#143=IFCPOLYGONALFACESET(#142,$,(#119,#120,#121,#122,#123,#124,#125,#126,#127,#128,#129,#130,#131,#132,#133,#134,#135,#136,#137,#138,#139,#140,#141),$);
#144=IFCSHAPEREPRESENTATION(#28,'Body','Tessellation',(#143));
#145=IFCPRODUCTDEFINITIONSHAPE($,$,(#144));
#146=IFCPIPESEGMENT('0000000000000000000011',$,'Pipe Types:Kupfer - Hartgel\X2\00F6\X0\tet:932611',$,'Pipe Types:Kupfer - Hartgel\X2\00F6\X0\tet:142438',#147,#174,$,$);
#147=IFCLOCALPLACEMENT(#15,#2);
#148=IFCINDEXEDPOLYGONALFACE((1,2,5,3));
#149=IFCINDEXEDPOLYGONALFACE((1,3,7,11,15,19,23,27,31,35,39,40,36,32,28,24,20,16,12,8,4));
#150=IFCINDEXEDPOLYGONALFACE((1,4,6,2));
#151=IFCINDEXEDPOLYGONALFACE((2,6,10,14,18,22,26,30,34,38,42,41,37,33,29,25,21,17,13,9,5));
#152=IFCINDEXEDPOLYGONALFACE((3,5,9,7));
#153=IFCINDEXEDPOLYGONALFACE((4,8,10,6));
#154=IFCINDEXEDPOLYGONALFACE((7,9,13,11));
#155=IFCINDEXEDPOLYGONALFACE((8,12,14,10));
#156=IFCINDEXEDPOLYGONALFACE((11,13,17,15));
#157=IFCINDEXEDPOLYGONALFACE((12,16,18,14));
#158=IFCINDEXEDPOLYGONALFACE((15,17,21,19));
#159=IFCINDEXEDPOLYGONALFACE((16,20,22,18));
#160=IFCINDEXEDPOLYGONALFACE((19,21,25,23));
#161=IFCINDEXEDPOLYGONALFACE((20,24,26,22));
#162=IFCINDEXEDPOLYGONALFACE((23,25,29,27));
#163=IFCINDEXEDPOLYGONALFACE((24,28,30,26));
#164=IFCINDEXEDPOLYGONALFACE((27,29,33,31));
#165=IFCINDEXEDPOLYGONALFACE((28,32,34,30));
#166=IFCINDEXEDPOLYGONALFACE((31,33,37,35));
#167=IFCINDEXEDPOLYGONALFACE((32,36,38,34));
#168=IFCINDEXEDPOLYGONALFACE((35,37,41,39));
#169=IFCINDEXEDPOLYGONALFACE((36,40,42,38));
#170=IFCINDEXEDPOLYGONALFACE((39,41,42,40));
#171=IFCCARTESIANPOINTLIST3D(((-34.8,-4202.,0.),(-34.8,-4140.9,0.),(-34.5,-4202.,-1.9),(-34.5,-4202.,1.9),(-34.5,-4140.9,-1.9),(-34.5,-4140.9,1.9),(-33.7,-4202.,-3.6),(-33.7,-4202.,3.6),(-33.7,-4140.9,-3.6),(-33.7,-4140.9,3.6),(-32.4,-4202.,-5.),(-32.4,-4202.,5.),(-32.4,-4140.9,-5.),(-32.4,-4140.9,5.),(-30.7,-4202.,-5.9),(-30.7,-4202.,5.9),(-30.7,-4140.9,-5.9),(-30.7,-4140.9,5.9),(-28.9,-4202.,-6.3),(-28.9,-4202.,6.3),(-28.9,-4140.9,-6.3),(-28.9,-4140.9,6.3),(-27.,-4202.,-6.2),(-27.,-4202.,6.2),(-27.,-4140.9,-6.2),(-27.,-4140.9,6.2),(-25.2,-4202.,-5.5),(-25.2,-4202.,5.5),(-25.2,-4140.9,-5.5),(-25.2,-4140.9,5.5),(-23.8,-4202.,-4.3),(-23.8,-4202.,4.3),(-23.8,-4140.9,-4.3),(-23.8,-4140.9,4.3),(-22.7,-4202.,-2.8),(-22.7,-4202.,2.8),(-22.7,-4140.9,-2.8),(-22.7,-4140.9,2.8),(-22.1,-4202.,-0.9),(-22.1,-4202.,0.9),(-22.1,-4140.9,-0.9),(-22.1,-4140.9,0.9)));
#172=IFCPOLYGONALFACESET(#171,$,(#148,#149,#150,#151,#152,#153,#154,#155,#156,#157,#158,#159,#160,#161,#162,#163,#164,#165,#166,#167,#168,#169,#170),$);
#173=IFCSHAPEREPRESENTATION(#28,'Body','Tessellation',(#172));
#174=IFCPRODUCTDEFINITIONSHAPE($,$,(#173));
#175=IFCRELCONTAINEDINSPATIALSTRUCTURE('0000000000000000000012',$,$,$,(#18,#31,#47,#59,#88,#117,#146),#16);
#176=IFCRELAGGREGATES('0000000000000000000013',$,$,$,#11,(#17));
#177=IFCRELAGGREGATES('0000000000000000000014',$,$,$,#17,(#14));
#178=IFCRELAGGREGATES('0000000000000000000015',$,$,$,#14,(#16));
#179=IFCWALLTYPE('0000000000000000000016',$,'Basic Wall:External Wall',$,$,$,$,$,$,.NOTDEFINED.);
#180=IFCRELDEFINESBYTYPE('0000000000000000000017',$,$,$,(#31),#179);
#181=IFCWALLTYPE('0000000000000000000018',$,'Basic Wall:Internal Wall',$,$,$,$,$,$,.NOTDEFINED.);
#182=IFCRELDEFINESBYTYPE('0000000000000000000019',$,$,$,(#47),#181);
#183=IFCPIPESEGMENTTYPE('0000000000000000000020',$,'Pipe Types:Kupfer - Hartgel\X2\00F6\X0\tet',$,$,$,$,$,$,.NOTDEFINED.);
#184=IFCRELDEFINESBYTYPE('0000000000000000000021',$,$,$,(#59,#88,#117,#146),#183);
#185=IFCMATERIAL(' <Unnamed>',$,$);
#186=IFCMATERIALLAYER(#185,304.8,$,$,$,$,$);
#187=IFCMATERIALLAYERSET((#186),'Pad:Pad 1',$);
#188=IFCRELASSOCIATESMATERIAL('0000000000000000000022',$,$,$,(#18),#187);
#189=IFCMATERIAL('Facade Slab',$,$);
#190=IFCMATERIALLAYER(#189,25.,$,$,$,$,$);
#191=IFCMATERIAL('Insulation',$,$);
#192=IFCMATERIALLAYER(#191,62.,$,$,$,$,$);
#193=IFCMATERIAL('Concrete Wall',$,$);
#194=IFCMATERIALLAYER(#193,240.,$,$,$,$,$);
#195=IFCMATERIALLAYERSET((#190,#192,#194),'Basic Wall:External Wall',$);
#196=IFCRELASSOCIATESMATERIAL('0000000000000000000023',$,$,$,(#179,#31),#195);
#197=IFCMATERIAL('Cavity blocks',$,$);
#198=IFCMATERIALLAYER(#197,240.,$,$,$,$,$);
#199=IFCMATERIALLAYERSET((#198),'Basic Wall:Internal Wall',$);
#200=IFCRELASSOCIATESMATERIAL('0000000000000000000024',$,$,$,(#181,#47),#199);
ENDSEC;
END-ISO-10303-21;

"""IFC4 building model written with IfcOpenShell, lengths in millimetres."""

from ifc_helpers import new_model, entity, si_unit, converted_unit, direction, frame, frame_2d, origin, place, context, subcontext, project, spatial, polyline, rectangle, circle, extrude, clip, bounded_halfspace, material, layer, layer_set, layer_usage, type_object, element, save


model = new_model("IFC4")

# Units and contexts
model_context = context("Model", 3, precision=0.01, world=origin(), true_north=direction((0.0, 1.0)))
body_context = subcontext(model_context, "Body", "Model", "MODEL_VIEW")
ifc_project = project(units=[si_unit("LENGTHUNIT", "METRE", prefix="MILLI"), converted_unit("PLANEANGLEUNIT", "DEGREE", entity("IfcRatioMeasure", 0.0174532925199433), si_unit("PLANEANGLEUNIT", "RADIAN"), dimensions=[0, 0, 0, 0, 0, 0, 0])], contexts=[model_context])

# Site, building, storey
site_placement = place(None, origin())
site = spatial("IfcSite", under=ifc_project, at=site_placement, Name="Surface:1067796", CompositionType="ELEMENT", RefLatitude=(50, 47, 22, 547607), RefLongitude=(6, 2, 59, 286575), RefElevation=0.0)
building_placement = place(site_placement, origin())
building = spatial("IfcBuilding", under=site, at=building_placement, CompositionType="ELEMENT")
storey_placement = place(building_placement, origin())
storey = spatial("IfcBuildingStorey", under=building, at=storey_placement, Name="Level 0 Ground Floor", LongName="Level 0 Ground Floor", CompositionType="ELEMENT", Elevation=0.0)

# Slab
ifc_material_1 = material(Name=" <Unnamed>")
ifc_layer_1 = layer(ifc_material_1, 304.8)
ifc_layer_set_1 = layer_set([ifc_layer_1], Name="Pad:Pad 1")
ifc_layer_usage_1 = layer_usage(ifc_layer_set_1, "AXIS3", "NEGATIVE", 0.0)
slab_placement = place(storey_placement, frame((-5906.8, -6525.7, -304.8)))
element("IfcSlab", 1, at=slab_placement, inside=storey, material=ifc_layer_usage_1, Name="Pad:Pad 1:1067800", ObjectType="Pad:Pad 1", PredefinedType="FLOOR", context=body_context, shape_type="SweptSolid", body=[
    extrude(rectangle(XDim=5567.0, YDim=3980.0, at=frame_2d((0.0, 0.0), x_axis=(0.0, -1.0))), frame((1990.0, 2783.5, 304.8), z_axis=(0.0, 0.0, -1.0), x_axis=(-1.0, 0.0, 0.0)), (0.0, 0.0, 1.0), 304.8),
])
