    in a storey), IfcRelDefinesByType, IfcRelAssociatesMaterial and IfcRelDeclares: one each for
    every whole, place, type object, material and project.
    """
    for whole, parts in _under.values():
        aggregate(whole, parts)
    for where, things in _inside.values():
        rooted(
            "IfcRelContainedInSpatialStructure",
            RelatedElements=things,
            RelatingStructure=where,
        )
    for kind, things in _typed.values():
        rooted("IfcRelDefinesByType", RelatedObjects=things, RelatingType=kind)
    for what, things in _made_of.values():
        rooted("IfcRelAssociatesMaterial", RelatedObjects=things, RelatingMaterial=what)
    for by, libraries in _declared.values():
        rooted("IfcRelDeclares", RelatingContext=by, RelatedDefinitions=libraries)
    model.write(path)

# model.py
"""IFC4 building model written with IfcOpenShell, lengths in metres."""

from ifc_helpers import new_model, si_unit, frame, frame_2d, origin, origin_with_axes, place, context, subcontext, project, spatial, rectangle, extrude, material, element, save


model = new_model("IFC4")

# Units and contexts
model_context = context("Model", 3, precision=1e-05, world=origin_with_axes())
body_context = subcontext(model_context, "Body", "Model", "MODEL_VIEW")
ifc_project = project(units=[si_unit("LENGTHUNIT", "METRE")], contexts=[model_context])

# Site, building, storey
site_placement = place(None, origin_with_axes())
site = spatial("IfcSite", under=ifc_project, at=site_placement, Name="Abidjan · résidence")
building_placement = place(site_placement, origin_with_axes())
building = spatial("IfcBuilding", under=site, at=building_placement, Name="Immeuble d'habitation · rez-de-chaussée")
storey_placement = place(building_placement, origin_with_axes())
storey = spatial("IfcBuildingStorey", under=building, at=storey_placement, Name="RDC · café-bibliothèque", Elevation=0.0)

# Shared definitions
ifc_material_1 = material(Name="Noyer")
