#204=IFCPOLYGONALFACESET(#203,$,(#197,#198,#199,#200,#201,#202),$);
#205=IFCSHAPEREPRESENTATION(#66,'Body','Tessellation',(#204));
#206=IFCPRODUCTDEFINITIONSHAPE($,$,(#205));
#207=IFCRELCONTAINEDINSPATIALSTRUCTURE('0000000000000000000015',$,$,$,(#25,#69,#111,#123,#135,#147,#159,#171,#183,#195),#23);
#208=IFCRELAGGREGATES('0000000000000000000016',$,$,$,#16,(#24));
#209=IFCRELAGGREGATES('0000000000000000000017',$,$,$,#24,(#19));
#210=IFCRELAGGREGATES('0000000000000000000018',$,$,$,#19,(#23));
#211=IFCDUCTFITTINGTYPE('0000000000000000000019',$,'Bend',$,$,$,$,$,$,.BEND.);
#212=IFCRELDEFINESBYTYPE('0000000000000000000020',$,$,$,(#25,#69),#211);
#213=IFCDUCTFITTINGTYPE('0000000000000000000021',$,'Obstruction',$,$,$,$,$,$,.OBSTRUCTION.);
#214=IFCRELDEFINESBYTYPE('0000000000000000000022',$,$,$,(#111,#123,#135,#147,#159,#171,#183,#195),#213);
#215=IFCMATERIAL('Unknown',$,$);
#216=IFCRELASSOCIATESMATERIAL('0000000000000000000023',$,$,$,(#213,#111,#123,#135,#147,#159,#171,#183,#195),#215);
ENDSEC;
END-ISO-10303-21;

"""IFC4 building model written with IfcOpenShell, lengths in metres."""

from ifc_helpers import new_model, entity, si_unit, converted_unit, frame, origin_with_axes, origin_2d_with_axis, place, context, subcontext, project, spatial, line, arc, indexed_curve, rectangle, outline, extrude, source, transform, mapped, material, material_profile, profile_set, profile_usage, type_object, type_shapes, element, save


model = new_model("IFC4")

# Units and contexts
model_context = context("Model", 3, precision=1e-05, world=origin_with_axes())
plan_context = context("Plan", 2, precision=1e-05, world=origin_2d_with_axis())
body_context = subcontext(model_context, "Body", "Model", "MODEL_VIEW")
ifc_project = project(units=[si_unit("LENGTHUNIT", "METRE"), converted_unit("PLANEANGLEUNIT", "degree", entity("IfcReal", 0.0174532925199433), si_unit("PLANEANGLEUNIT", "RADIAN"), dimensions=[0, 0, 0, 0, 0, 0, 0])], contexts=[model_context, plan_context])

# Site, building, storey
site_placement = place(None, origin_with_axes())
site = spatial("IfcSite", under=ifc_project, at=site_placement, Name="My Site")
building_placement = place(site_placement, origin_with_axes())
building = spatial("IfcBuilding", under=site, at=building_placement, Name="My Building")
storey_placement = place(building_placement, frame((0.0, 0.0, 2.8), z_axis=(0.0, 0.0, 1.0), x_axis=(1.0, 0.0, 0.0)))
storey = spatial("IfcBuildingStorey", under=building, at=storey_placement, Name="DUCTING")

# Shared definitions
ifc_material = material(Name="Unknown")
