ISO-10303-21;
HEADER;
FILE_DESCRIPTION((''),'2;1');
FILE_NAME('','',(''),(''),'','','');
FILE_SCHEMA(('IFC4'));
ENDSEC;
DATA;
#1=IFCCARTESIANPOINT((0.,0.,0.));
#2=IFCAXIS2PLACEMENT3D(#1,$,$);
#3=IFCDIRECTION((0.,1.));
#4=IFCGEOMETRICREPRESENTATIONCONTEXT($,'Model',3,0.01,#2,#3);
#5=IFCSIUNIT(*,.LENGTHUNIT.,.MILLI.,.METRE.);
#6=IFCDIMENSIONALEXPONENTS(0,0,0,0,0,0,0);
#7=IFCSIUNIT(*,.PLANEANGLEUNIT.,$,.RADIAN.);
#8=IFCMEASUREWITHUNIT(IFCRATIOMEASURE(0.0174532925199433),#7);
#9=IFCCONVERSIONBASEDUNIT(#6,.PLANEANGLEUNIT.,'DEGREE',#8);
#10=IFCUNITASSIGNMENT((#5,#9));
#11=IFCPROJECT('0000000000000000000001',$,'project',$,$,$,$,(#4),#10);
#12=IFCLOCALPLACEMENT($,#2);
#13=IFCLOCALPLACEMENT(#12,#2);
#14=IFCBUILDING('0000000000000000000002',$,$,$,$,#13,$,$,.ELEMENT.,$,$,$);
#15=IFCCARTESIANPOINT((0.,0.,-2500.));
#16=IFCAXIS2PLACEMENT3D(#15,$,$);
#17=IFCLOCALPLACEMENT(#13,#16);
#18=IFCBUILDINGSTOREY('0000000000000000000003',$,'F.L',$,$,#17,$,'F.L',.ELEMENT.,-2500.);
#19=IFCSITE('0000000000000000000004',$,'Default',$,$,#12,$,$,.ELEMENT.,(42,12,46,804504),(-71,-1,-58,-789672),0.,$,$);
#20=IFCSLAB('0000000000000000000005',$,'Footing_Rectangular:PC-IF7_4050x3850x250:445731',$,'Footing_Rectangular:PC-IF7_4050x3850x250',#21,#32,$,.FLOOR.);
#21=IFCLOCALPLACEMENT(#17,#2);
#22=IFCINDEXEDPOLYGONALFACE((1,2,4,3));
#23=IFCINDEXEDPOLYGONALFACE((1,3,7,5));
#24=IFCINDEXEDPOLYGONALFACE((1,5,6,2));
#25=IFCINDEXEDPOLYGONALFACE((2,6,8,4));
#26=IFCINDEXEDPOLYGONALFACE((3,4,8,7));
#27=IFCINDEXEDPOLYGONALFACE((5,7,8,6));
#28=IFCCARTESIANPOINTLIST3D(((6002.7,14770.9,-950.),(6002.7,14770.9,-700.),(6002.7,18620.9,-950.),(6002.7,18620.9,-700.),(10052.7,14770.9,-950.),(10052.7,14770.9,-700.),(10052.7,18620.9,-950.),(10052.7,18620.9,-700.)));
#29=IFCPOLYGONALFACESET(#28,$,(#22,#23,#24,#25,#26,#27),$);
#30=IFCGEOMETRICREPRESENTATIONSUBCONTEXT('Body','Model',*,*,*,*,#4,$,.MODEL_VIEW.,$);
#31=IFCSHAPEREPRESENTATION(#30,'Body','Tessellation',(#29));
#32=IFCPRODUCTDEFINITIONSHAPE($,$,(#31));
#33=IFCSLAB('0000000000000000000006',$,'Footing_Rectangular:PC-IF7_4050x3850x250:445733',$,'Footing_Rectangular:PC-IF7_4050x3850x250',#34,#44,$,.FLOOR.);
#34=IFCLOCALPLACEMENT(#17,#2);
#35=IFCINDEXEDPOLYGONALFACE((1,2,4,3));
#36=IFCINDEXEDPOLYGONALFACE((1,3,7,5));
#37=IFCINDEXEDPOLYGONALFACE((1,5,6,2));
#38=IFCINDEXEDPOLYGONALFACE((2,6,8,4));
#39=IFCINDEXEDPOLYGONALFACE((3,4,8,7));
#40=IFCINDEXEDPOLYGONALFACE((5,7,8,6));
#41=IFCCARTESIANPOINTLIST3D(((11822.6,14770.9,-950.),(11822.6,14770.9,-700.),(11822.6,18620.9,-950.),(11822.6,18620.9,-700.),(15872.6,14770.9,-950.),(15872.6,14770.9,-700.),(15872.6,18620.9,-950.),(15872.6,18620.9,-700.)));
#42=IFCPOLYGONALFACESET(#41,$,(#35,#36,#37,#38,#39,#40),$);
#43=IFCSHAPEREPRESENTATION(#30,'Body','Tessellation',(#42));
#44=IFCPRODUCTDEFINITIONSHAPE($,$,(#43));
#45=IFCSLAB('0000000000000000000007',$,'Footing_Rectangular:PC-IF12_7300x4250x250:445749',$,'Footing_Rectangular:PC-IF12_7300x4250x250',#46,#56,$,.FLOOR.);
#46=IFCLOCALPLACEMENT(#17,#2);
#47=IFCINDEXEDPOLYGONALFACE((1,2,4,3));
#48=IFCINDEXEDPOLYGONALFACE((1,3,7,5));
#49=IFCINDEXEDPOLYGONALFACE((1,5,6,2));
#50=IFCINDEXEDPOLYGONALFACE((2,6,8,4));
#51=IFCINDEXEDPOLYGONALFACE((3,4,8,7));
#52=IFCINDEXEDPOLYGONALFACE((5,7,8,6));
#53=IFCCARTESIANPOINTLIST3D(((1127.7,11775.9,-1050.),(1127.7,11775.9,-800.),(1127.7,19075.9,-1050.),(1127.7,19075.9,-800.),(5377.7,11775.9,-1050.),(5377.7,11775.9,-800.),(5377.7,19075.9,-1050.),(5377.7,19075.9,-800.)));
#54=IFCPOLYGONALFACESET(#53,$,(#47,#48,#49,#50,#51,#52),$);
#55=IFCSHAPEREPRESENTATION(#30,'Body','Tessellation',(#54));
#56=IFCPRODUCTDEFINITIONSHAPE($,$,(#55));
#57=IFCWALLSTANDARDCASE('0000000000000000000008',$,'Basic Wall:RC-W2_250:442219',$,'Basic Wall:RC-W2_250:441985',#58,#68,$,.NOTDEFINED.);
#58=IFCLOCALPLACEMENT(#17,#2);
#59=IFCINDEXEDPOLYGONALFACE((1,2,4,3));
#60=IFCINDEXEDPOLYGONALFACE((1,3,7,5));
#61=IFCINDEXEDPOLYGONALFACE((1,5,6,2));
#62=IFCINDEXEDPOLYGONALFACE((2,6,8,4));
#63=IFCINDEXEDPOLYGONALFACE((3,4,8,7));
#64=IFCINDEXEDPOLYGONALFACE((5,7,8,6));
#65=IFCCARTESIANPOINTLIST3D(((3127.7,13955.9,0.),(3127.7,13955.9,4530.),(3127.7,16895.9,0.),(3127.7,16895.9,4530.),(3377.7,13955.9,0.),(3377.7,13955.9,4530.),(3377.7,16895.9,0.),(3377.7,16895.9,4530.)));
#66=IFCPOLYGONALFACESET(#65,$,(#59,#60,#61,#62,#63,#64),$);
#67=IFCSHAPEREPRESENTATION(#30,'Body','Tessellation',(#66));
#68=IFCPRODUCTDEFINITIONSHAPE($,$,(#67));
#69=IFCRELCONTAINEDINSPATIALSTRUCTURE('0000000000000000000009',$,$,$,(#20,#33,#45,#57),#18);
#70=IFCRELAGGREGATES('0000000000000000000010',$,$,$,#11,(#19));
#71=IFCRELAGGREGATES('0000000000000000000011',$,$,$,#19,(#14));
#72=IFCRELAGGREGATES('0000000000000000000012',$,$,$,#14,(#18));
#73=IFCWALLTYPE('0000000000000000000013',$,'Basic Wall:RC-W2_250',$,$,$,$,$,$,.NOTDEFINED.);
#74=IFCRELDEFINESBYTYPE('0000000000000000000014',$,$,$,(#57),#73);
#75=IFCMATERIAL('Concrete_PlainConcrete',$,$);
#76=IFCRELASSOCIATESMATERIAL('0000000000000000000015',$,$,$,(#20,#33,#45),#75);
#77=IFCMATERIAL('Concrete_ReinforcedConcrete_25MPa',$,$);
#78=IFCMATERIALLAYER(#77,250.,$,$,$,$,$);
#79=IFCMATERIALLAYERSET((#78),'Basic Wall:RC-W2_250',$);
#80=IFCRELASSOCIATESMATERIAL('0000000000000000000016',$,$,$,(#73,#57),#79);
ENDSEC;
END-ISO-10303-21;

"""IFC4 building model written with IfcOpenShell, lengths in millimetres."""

from ifc_helpers import new_model, entity, si_unit, converted_unit, direction, frame, frame_2d, origin, origin_2d_with_axis, place, context, subcontext, project, spatial, rectangle, extrude, material, layer, layer_set, layer_usage, type_object, element, save


model = new_model("IFC4")

# Units and contexts
model_context = context("Model", 3, precision=0.01, world=origin(), true_north=direction((0.0, 1.0)))
body_context = subcontext(model_context, "Body", "Model", "MODEL_VIEW")
ifc_project = project(units=[si_unit("LENGTHUNIT", "METRE", prefix="MILLI"), converted_unit("PLANEANGLEUNIT", "DEGREE", entity("IfcRatioMeasure", 0.0174532925199433), si_unit("PLANEANGLEUNIT", "RADIAN"), dimensions=[0, 0, 0, 0, 0, 0, 0])], contexts=[model_context])

# Site, building, storey
site_placement = place(None, origin())
site = spatial("IfcSite", under=ifc_project, at=site_placement, Name="Default", CompositionType="ELEMENT", RefLatitude=(42, 12, 46, 804504), RefLongitude=(-71, -1, -58, -789672), RefElevation=0.0)
building_placement = place(site_placement, origin())
building = spatial("IfcBuilding", under=site, at=building_placement, CompositionType="ELEMENT")
storey_placement = place(building_placement, frame((0.0, 0.0, -2500.0)))
storey = spatial("IfcBuildingStorey", under=building, at=storey_placement, Name="F.L", LongName="F.L", CompositionType="ELEMENT", Elevation=-2500.0)

# Slabs
ifc_material_1 = material(Name="Concrete_ReinforcedConcrete_25MPa")
ifc_material_2 = material(Name="Concrete_PlainConcrete")
slab_1_placement = place(storey_placement, frame((6002.7, 14770.9, -950.0)))
element("IfcSlab", 1, at=slab_1_placement, inside=storey, material=ifc_material_2, Name="Footing_Rectangular:PC-IF7_4050x3850x250:445731", ObjectType="Footing_Rectangular:PC-IF7_4050x3850x250", PredefinedType="FLOOR", context=body_context, shape_type="SweptSolid", body=[
    extrude(rectangle(XDim=3850.0, YDim=4050.0, at=frame_2d((0.0, 0.0), x_axis=(1.0, 0.0))), frame((2025.0, 1925.0, 0.0), z_axis=(0.0, 0.0, 1.0), x_axis=(0.0, 1.0, 0.0)), (0.0, 0.0, 1.0), 250.0),
])
slab_2_placement = place(storey_placement, frame((11822.6, 14770.9, -950.0)))
element("IfcSlab", 2, at=slab_2_placement, inside=storey, material=ifc_material_2, Name="Footing_Rectangular:PC-IF7_4050x3850x250:445733", ObjectType="Footing_Rectangular:PC-IF7_4050x3850x250", PredefinedType="FLOOR", context=body_context, shape_type="SweptSolid", body=[
    extrude(rectangle(XDim=3850.0, YDim=4050.0, at=frame_2d((0.0, 0.0), x_axis=(1.0, 0.0))), frame((2025.0, 1925.0, 0.0), z_axis=(0.0, 0.0, 1.0), x_axis=(0.0, 1.0, 0.0)), (0.0, 0.0, 1.0), 250.0),
])
slab_3_placement = place(storey_placement, frame((1127.7, 11775.9, -1050.0)))
element("IfcSlab", 3, at=slab_3_placement, inside=storey, material=ifc_material_2, Name="Footing_Rectangular:PC-IF12_7300x4250x250:445749", ObjectType="Footing_Rectangular:PC-IF12_7300x4250x250", PredefinedType="FLOOR", context=body_context, shape_type="SweptSolid", body=[
    extrude(rectangle(XDim=4250.0, YDim=7300.0, at=origin_2d_with_axis()), frame((2125.0, 3650.0, 0.0), z_axis=(0.0, 0.0, 1.0), x_axis=(-1.0, 0.0, 0.0)), (0.0, 0.0, 1.0), 250.0),
])

# Wall
ifc_layer_1 = layer(ifc_material_1, 250.0)
ifc_layer_set_1 = layer_set([ifc_layer_1], Name="Basic Wall:RC-W2_250")
ifc_layer_usage_1 = layer_usage(ifc_layer_set_1, "AXIS2", "NEGATIVE", 125.0)
wall_type = type_object("IfcWallType", Name="Basic Wall:RC-W2_250", PredefinedType="NOTDEFINED", material=ifc_layer_set_1)
wall_placement = place(storey_placement, frame((3252.7, 13955.9, 0.0), z_axis=(0.0, 0.0, 1.0), x_axis=(0.0, 1.0, 0.0)))
element("IfcWallStandardCase", 4, at=wall_placement, inside=storey, type_object=wall_type, material=ifc_layer_usage_1, Name="Basic Wall:RC-W2_250:442219", ObjectType="Basic Wall:RC-W2_250:441985", PredefinedType="NOTDEFINED", context=body_context, shape_type="SweptSolid", body=[
    extrude(rectangle(XDim=2940.0, YDim=250.0, at=frame_2d((1470.0, 0.0), x_axis=(-1.0, 0.0))), origin(), (0.0, 0.0, 1.0), 4530.0),
])

save(model, "model.ifc")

Activity: Go through the records above and copy every line with the word "Tessellation".

Result of this exercise:
#144=IFCSHAPEREPRESENTATION(#28,'Body','Tessellation',(#143));
#173=IFCSHAPEREPRESENTATION(#28,'Body','Tessellation',(#172));
#205=IFCSHAPEREPRESENTATION(#66,'Body','Tessellation',(#204));
#31=IFCSHAPEREPRESENTATION(#30,'Body','Tessellation',(#29));
#43=IFCSHAPEREPRESENTATION(#30,'Body','Tessellation',(#42));
#55=IFCSHAPEREPRESENTATION(#30,'Body','Tessellation',(#54));
#67=IFCSHAPEREPRESENTATION(#30,'Body','Tessellation',(#66));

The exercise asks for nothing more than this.